Only lines that contain the word "IFCLOCALPLACEMENT" belong in the answer; copy them from the records below.
** RAW DATA follows **
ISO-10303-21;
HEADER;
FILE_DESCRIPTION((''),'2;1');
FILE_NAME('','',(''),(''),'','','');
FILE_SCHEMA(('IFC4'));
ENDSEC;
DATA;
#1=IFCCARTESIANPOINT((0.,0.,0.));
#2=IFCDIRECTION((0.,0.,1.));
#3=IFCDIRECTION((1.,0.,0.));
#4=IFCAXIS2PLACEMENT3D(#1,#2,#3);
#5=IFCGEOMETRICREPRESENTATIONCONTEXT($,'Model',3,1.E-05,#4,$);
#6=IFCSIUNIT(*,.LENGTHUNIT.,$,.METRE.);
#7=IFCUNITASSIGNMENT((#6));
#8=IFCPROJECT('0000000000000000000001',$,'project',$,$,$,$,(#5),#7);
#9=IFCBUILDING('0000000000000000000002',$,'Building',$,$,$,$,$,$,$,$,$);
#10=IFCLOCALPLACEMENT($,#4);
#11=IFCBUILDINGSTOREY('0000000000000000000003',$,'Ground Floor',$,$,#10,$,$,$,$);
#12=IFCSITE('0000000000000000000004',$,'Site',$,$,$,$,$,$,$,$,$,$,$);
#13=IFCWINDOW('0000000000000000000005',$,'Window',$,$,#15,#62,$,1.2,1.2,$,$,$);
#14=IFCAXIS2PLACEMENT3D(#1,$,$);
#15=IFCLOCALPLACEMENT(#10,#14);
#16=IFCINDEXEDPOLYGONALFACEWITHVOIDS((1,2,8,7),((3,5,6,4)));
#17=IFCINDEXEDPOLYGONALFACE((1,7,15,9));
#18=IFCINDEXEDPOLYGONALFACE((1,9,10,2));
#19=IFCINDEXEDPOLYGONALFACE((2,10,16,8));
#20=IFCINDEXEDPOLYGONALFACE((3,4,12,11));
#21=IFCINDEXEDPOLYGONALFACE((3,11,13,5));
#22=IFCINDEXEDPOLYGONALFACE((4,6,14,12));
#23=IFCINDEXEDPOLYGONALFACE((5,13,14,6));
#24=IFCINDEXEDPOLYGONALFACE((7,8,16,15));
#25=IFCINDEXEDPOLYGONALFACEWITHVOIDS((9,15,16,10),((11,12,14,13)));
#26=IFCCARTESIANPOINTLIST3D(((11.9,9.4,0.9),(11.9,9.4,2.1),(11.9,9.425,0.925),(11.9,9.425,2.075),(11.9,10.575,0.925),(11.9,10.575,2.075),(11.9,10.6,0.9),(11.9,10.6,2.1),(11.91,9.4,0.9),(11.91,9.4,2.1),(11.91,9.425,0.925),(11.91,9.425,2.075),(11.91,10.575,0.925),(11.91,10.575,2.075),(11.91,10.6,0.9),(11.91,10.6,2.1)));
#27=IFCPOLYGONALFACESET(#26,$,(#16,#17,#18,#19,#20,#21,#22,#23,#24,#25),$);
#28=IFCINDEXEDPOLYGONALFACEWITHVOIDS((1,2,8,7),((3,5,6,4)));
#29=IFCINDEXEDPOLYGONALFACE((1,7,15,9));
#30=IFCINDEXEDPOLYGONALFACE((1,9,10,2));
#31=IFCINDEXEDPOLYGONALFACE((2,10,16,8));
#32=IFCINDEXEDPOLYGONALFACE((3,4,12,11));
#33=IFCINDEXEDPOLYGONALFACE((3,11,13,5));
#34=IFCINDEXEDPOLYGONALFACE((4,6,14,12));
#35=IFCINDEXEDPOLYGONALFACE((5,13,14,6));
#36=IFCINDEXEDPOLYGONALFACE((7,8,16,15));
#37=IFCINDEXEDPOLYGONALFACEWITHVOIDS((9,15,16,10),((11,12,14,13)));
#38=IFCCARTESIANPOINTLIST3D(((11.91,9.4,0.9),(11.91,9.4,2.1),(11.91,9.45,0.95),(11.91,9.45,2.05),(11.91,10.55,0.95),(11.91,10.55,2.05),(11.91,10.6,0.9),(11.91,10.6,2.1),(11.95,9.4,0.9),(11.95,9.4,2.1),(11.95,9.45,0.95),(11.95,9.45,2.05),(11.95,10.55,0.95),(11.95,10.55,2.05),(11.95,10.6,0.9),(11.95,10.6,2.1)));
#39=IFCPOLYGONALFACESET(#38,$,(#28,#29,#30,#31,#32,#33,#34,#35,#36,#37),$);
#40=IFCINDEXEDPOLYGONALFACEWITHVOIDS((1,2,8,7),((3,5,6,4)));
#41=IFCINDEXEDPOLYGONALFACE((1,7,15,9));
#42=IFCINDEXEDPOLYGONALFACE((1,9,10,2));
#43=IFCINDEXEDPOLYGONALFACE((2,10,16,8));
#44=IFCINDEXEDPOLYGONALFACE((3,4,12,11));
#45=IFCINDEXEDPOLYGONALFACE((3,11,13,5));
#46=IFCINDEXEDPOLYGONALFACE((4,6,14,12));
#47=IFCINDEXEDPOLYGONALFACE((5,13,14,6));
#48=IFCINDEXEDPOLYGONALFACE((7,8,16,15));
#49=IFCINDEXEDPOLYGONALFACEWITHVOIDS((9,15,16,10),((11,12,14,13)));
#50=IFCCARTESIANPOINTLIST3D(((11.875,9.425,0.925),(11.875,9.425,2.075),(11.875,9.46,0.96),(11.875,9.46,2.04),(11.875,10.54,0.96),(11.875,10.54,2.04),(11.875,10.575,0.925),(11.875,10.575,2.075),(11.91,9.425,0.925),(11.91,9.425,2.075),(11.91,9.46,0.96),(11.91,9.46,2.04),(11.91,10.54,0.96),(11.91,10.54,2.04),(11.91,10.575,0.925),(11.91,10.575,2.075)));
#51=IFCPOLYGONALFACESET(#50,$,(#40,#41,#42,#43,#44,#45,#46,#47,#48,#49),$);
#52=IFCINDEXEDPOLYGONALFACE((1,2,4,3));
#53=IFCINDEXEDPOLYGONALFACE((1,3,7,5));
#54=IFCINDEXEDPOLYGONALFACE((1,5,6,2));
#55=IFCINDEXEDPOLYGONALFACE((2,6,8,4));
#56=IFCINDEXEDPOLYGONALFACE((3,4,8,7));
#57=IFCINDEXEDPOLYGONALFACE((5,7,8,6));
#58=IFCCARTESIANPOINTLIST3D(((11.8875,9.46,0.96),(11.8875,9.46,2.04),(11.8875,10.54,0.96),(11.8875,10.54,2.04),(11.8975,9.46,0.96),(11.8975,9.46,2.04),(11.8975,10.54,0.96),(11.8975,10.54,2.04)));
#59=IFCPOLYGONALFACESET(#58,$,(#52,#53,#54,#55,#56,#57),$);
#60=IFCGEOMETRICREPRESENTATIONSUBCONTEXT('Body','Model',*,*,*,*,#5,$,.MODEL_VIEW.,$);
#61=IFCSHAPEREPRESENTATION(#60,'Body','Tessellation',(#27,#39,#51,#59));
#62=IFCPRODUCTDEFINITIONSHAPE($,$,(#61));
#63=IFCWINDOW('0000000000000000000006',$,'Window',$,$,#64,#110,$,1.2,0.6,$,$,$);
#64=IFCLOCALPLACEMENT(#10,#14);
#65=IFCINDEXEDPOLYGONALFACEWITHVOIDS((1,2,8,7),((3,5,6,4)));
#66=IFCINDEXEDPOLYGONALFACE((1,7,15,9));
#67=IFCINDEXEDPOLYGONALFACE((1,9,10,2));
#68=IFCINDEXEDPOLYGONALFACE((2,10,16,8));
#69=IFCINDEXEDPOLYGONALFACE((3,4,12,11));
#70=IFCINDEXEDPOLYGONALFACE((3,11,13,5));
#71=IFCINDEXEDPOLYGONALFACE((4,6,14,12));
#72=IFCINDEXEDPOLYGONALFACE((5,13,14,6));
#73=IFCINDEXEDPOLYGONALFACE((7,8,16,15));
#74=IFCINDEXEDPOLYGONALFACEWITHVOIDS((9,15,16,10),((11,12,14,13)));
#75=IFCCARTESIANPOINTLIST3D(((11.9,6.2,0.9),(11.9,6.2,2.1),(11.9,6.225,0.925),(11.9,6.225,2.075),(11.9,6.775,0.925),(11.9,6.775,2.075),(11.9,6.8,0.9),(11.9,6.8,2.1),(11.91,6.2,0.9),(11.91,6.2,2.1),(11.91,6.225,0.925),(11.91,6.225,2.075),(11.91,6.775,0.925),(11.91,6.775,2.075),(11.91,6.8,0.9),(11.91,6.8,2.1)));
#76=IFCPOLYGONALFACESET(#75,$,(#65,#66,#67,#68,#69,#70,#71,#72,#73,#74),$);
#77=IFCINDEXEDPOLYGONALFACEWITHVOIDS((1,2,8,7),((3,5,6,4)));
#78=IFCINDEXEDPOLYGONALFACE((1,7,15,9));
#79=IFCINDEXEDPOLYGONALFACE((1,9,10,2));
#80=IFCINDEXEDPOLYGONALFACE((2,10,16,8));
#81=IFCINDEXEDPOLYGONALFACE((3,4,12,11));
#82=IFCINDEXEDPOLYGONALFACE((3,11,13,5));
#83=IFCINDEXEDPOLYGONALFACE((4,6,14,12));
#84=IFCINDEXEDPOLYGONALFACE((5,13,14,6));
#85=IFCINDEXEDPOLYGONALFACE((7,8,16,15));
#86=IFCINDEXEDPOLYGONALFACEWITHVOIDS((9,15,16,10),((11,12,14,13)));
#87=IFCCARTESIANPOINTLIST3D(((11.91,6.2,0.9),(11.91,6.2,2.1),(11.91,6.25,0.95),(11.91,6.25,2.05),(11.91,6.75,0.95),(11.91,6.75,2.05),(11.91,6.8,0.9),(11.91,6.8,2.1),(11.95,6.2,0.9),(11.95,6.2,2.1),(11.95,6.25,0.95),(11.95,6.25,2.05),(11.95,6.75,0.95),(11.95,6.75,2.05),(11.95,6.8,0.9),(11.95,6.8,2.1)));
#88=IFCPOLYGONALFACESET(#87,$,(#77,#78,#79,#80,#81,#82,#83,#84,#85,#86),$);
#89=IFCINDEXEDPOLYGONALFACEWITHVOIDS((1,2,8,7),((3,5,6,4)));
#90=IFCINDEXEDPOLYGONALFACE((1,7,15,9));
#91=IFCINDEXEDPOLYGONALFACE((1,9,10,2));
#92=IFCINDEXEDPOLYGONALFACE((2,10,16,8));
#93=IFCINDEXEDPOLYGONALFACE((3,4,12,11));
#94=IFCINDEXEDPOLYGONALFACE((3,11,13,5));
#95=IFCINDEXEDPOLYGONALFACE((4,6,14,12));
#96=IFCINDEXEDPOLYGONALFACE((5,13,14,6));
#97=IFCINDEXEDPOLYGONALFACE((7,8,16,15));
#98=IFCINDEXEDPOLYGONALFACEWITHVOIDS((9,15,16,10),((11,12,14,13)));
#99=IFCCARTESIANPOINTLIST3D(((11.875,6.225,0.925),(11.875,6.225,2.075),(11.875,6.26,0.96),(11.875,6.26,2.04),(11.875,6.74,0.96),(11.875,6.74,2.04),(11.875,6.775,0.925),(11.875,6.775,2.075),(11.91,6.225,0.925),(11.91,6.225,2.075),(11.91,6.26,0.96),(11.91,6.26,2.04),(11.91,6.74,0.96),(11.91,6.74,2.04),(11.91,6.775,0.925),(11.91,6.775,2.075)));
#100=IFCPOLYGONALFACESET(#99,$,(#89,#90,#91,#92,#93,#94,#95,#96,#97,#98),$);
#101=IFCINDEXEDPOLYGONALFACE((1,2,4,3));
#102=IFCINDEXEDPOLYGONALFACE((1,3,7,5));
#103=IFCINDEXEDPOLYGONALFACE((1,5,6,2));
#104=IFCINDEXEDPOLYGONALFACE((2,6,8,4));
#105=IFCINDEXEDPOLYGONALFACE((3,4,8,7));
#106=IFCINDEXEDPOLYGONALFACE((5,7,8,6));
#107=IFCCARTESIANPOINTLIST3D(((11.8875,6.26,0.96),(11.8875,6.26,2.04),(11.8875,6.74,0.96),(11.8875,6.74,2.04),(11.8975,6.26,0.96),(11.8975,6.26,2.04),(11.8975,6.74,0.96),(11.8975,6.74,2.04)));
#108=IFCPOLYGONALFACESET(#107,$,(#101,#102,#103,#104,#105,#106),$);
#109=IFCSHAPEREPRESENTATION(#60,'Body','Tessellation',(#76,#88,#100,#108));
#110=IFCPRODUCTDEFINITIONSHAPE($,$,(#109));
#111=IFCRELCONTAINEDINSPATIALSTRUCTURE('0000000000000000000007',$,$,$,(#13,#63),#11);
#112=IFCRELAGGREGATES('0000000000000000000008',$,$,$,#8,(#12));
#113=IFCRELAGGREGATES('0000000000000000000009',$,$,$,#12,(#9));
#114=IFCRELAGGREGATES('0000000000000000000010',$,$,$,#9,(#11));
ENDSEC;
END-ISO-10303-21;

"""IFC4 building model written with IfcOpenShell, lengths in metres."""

from ifc_helpers import new_model, si_unit, frame, origin_with_axes, place, context, subcontext, project, spatial, line, indexed_curve, outline, extrude, element, save


model = new_model("IFC4")

# Units and contexts
model_context = context("Model", 3, precision=1e-05, world=origin_with_axes())
body_context = subcontext(model_context, "Body", "Model", "MODEL_VIEW")
ifc_project = project(units=[si_unit("LENGTHUNIT", "METRE")], contexts=[model_context])

# Site, building, storey
site = spatial("IfcSite", under=ifc_project, Name="Site")
building = spatial("IfcBuilding", under=site, Name="Building")
storey_placement = place(None, origin_with_axes())
storey = spatial("IfcBuildingStorey", under=building, at=storey_placement, Name="Ground Floor")

# Windows
for number, where, z_axis, x_axis, name in (
    (1, (12.0, 9.4, 0.9), (0.0, 0.0, 1.0), (0.0, 1.0, 0.0), "Window"),
):
    element("IfcWindow", number, at=place(storey_placement, frame(where, z_axis=z_axis, x_axis=x_axis)), inside=storey, Name=name, OverallHeight=1.2, OverallWidth=1.2, context=body_context, shape_type="SweptSolid", body=[
        extrude(outline(indexed_curve([(0.0, 0.0), (1.2, 0.0), (1.2, 1.2), (0.0, 1.2)], segments=[line(1, 2, 3, 4, 1)]), holes=[indexed_curve([(0.025, 0.025), (1.175, 0.025), (1.175, 1.175), (0.025, 1.175)], segments=[line(1, 2, 3, 4, 1)])]), frame((0.0, 0.09, 0.0), z_axis=(0.0, -1.0, 0.0), x_axis=(1.0, 0.0, 0.0)), (0.0, 0.0, -1.0), 0.01),
        extrude(outline(indexed_curve([(0.0, 0.0), (1.2, 0.0), (1.2, 1.2), (0.0, 1.2)], segments=[line(1, 2, 3, 4, 1)]), holes=[indexed_curve([(0.05, 0.05), (1.15, 0.05), (1.15, 1.15), (0.05, 1.15)], segments=[line(1, 2, 3, 4, 1)])]), frame((0.0, 0.05, 0.0), z_axis=(0.0, -1.0, 0.0), x_axis=(1.0, 0.0, 0.0)), (0.0, 0.0, -1.0), 0.04),
        extrude(outline(indexed_curve([(0.0, 0.0), (1.15, 0.0), (1.15, 1.15), (0.0, 1.15)], segments=[line(1, 2, 3, 4, 1)]), holes=[indexed_curve([(0.035, 0.035), (1.115, 0.035), (1.115, 1.115), (0.035, 1.115)], segments=[line(1, 2, 3, 4, 1)])]), frame((0.025, 0.09, 0.025), z_axis=(0.0, -1.0, 0.0), x_axis=(1.0, 0.0, 0.0)), (0.0, 0.0, -1.0), 0.035),
        extrude(outline(indexed_curve([(0.035, 0.035), (1.115, 0.035), (1.115, 1.115), (0.035, 1.115)], segments=[line(1, 2, 3, 4, 1)])), frame((0.025, 0.1025, 0.025), z_axis=(0.0, -1.0, 0.0), x_axis=(1.0, 0.0, 0.0)), (0.0, 0.0, -1.0), 0.01),
    ])
window_placement = place(storey_placement, frame((12.0, 6.2, 0.9), z_axis=(0.0, 0.0, 1.0), x_axis=(0.0, 1.0, 0.0)))
element("IfcWindow", 2, at=window_placement, inside=storey, Name="Window", OverallHeight=1.2, OverallWidth=0.6, context=body_context, shape_type="SweptSolid", body=[
    extrude(outline(indexed_curve([(0.0, 0.0), (0.6, 0.0), (0.6, 1.2), (0.0, 1.2)], segments=[line(1, 2, 3, 4, 1)]), holes=[indexed_curve([(0.025, 0.025), (0.575, 0.025), (0.575, 1.175), (0.025, 1.175)], segments=[line(1, 2, 3, 4, 1)])]), frame((0.0, 0.09, 0.0), z_axis=(0.0, -1.0, 0.0), x_axis=(1.0, 0.0, 0.0)), (0.0, 0.0, -1.0), 0.01),
    extrude(outline(indexed_curve([(0.0, 0.0), (0.6, 0.0), (0.6, 1.2), (0.0, 1.2)], segments=[line(1, 2, 3, 4, 1)]), holes=[indexed_curve([(0.05, 0.05), (0.55, 0.05), (0.55, 1.15), (0.05, 1.15)], segments=[line(1, 2, 3, 4, 1)])]), frame((0.0, 0.05, 0.0), z_axis=(0.0, -1.0, 0.0), x_axis=(1.0, 0.0, 0.0)), (0.0, 0.0, -1.0), 0.04),
    extrude(outline(indexed_curve([(0.0, 0.0), (0.55, 0.0), (0.55, 1.15), (0.0, 1.15)], segments=[line(1, 2, 3, 4, 1)]), holes=[indexed_curve([(0.035, 0.035), (0.515, 0.035), (0.515, 1.115), (0.035, 1.115)], segments=[line(1, 2, 3, 4, 1)])]), frame((0.025, 0.09, 0.025), z_axis=(0.0, -1.0, 0.0), x_axis=(1.0, 0.0, 0.0)), (0.0, 0.0, -1.0), 0.035),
** End of RAW DATA **
▸ SOLUTION
#10=IFCLOCALPLACEMENT($,#4);
#15=IFCLOCALPLACEMENT(#10,#14);
#64=IFCLOCALPLACEMENT(#10,#14);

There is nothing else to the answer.